WHAT THE TASK REQUIRES
Write out exactly the lines of the entries below from the one holding "type_shapes, element, save" to the one holding "-24, -263305), RefElevation=0.0)", inclusive, and leave out all other lines.

LISTED RECORDS
-------
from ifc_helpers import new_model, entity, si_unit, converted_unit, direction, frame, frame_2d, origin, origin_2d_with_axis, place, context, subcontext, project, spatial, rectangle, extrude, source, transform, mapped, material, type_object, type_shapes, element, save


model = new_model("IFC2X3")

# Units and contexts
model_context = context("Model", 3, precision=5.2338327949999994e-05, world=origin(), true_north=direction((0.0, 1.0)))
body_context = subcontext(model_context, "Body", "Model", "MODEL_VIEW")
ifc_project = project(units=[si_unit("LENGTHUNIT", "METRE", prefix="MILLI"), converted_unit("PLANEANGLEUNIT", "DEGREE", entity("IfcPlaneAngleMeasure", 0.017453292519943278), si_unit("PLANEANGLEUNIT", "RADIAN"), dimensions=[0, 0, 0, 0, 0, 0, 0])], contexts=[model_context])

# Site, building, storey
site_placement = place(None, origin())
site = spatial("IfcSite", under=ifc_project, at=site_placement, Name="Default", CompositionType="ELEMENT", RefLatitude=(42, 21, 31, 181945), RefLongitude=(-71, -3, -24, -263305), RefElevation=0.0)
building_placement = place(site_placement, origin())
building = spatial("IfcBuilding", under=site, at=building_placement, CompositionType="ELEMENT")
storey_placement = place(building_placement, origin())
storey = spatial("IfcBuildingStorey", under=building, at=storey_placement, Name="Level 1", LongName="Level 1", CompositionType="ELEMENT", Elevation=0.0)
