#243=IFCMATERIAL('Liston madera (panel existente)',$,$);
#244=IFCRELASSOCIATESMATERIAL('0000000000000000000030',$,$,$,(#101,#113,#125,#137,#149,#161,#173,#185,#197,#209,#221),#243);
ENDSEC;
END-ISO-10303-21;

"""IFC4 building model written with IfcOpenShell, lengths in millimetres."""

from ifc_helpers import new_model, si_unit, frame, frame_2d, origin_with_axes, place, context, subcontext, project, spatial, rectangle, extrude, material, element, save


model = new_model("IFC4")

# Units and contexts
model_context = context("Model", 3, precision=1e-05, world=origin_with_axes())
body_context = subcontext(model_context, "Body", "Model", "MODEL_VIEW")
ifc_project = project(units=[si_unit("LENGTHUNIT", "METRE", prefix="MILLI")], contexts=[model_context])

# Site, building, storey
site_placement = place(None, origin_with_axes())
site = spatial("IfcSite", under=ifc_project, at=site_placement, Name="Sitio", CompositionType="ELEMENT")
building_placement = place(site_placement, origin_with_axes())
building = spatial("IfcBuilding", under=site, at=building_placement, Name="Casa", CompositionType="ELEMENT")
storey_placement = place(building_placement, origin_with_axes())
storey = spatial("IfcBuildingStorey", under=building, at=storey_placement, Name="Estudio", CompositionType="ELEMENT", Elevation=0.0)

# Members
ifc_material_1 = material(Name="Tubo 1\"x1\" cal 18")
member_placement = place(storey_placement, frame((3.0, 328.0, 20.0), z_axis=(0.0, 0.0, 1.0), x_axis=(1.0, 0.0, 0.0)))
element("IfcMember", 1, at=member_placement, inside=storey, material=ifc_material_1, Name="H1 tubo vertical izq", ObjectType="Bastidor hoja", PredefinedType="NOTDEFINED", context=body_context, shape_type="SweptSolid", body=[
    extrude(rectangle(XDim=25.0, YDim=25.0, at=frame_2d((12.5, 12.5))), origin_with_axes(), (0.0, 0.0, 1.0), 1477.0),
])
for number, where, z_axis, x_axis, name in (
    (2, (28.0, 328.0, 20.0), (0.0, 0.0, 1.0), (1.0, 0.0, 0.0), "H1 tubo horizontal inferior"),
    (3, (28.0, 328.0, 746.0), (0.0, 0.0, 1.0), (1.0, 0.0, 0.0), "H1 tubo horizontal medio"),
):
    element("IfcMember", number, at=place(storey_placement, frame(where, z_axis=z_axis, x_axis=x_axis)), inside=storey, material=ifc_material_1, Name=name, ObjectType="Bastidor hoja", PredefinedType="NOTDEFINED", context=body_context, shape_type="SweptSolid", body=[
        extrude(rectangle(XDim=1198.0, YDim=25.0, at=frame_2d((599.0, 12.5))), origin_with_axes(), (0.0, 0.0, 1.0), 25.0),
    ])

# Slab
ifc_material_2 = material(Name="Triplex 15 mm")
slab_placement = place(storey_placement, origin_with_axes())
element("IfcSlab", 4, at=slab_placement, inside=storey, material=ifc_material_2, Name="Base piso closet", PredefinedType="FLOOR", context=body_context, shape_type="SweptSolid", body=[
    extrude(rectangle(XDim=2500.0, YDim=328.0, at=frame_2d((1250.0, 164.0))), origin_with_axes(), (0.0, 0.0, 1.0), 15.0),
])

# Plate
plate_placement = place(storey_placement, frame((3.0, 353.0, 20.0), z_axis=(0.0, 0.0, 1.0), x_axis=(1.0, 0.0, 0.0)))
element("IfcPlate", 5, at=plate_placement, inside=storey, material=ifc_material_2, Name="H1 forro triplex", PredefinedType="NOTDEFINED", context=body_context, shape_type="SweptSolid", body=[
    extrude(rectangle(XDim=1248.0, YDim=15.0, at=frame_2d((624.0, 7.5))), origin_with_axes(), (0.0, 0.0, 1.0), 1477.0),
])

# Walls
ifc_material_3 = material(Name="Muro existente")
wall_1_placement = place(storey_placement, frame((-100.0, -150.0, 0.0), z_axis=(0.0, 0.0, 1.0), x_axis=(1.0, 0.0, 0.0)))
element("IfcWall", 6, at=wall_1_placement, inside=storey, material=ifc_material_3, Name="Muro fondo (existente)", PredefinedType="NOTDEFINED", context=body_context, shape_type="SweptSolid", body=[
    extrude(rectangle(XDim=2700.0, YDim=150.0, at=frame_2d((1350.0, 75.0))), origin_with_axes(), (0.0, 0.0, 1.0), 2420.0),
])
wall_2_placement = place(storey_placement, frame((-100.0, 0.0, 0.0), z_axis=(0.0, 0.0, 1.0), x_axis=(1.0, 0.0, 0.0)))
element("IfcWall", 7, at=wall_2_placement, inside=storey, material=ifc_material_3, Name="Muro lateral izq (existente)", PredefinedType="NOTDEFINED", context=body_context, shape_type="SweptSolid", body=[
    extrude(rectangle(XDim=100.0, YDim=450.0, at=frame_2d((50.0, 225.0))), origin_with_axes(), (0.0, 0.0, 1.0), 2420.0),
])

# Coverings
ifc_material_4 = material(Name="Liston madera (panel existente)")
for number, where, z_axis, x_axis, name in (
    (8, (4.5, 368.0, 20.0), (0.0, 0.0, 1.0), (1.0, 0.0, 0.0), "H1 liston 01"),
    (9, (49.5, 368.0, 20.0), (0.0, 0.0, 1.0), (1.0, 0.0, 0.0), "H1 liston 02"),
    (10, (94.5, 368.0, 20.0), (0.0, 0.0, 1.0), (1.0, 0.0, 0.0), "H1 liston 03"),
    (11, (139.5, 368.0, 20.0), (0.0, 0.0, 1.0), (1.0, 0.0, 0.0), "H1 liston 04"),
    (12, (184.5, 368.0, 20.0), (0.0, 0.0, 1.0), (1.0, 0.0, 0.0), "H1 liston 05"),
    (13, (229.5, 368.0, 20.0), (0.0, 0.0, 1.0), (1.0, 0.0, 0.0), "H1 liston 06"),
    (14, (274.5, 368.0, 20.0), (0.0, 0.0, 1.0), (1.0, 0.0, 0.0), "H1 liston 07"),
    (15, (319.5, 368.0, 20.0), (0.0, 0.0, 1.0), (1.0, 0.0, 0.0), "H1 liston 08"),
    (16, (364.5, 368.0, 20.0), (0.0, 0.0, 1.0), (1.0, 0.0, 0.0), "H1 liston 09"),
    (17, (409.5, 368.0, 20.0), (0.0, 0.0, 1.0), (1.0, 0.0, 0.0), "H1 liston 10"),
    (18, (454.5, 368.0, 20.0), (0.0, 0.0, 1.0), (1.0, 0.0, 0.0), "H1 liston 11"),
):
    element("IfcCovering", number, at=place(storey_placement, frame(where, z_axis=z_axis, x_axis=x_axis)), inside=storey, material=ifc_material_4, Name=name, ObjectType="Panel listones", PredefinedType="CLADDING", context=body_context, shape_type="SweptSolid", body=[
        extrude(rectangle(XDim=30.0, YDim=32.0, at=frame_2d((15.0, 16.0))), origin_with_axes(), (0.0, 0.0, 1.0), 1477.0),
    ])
-------
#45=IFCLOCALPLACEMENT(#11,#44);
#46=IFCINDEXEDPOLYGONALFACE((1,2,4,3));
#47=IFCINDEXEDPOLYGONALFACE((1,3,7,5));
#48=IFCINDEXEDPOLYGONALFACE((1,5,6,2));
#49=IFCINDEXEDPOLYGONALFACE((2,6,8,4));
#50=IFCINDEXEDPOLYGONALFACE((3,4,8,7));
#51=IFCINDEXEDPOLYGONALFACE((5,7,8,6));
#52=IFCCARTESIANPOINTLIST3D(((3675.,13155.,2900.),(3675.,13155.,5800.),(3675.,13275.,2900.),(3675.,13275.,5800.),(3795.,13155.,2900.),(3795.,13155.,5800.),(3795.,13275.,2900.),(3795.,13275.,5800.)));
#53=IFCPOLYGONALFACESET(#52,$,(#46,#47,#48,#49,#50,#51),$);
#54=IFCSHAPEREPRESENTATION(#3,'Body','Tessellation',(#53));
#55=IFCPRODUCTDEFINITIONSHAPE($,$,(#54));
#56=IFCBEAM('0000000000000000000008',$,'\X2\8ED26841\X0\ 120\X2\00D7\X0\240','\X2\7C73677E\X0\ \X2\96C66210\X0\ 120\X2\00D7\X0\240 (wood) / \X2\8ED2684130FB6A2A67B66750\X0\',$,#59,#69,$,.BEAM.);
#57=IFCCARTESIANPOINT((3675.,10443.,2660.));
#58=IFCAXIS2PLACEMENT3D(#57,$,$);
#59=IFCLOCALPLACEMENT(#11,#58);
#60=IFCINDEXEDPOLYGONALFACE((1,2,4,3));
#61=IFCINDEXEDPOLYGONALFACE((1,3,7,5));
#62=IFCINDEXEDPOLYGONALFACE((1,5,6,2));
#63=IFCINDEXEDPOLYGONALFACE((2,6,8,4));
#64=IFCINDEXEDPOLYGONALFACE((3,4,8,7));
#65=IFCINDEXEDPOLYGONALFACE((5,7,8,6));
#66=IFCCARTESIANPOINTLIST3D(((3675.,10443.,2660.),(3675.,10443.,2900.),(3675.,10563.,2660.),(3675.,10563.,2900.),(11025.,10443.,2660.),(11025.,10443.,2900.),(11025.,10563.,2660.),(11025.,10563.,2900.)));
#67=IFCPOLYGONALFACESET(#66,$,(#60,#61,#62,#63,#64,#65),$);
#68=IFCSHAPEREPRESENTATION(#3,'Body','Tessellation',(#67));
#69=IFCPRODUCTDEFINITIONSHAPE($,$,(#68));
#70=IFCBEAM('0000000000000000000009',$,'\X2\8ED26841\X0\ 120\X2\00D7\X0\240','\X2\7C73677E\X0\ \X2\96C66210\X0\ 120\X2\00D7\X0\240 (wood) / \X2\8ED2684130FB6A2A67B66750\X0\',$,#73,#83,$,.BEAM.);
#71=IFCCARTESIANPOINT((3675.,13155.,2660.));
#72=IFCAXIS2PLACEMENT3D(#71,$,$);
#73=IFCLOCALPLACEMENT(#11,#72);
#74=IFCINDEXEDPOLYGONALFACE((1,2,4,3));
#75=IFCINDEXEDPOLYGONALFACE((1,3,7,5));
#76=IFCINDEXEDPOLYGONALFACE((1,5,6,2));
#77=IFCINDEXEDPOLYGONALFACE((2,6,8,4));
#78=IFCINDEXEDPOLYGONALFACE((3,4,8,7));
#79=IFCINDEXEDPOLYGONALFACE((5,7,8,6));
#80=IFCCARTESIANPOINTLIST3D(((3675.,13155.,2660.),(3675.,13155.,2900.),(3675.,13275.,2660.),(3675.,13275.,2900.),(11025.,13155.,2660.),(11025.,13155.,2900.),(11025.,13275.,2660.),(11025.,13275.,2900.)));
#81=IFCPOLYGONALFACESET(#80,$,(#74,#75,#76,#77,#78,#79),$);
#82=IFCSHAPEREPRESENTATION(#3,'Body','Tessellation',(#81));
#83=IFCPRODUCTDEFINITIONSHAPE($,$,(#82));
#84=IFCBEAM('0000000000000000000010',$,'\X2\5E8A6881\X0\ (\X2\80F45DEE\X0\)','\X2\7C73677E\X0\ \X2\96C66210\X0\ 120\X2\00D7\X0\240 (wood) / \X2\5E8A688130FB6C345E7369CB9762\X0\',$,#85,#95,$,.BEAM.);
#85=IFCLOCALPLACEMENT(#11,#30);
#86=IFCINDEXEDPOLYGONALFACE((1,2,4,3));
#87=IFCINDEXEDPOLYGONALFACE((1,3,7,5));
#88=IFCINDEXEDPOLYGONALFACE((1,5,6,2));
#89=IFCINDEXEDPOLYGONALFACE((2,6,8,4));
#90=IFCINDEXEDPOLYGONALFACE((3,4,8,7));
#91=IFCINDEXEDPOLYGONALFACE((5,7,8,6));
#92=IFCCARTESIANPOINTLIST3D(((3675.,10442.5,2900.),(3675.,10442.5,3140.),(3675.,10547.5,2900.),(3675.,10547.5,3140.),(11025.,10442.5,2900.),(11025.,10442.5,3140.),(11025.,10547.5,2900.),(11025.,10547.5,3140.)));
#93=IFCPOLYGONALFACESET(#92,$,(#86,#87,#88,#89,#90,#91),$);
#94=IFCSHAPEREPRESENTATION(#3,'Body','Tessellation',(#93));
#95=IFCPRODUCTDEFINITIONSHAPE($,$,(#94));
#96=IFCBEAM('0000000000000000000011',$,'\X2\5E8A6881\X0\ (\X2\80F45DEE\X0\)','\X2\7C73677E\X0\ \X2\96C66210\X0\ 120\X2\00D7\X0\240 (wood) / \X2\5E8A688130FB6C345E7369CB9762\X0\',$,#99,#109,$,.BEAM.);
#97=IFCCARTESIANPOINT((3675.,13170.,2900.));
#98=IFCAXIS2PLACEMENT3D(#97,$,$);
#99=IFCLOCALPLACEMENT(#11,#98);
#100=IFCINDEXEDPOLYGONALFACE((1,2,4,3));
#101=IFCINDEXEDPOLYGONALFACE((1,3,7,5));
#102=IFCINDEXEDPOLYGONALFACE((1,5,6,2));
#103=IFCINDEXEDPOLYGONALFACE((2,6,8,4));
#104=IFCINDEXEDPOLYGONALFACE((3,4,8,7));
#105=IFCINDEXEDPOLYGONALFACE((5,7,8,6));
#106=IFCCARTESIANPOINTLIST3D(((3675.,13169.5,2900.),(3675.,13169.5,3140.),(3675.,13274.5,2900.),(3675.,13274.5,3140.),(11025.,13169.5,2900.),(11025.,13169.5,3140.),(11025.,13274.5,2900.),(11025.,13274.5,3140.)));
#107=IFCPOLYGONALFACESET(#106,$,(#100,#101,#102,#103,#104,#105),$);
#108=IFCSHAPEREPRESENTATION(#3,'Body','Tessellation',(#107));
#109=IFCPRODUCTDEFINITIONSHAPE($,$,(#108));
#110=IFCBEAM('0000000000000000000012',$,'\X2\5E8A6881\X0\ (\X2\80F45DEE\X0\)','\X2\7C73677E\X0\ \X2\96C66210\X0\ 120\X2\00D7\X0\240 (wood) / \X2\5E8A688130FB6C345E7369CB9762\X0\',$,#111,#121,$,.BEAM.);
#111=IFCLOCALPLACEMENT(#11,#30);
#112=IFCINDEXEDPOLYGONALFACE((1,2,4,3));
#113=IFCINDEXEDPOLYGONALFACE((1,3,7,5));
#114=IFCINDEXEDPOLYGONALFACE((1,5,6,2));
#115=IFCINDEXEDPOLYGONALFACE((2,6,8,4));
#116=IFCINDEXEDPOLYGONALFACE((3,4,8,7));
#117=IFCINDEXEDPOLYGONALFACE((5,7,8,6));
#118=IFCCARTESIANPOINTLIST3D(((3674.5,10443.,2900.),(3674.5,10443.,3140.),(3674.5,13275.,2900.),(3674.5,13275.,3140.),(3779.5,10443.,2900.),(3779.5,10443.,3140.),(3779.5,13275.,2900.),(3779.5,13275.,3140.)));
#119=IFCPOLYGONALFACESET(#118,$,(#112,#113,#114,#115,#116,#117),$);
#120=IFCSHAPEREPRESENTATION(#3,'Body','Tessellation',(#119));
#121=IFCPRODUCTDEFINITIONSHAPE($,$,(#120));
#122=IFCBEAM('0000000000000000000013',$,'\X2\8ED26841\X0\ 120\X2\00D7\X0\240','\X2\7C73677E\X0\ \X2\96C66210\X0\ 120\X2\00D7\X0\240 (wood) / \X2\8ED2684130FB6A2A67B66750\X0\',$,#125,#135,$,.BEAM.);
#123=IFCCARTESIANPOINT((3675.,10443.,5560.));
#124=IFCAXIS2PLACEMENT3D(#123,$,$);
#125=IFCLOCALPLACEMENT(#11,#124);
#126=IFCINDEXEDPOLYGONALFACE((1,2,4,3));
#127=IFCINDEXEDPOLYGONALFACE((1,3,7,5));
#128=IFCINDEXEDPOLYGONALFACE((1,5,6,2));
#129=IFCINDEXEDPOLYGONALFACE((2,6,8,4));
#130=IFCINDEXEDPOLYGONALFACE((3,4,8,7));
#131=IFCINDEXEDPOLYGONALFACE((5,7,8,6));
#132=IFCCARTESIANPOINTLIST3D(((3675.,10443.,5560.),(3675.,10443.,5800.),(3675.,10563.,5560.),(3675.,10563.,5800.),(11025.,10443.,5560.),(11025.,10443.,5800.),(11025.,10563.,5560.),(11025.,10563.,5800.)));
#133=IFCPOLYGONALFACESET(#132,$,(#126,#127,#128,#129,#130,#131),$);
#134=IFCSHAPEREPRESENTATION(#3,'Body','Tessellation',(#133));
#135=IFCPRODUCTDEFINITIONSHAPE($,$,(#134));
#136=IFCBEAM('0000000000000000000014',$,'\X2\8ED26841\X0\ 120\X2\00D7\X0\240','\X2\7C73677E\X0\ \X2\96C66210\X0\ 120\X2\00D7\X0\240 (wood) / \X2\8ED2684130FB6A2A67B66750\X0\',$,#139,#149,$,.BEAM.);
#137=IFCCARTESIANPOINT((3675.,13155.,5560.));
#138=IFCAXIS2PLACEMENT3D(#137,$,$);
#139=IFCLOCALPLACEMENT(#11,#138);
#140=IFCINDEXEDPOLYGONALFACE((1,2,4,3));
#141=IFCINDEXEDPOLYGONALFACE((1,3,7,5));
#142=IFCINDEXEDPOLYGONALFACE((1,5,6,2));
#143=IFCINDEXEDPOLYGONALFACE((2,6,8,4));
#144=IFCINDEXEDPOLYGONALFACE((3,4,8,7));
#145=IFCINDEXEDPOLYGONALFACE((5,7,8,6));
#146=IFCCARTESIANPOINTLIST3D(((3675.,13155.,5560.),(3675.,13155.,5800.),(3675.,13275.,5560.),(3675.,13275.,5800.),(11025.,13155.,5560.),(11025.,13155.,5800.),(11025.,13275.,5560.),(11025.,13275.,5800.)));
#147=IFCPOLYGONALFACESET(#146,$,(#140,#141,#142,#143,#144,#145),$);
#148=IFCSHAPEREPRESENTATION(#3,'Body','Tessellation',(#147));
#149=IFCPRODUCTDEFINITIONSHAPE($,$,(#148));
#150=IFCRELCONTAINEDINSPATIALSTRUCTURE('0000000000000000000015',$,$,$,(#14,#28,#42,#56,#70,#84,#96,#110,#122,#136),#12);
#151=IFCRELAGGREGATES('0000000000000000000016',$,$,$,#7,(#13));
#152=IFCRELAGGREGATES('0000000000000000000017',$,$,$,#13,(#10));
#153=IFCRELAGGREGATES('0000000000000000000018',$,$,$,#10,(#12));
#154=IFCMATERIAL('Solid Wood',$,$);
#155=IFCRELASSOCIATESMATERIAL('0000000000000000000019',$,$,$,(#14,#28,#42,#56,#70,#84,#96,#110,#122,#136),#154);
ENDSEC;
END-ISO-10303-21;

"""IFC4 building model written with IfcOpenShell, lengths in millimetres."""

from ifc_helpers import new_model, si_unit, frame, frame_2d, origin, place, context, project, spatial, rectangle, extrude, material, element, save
-------
TASK RESPONSE
from ifc_helpers import new_model, entity, si_unit, converted_unit, direction, frame, frame_2d, origin, origin_2d_with_axis, place, context, subcontext, project, spatial, rectangle, extrude, source, transform, mapped, material, type_object, type_shapes, element, save


model = new_model("IFC2X3")

# Units and contexts
model_context = context("Model", 3, precision=5.2338327949999994e-05, world=origin(), true_north=direction((0.0, 1.0)))
body_context = subcontext(model_context, "Body", "Model", "MODEL_VIEW")
ifc_project = project(units=[si_unit("LENGTHUNIT", "METRE", prefix="MILLI"), converted_unit("PLANEANGLEUNIT", "DEGREE", entity("IfcPlaneAngleMeasure", 0.017453292519943278), si_unit("PLANEANGLEUNIT", "RADIAN"), dimensions=[0, 0, 0, 0, 0, 0, 0])], contexts=[model_context])

# Site, building, storey
site_placement = place(None, origin())
site = spatial("IfcSite", under=ifc_project, at=site_placement, Name="Default", CompositionType="ELEMENT", RefLatitude=(42, 21, 31, 181945), RefLongitude=(-71, -3, -24, -263305), RefElevation=0.0)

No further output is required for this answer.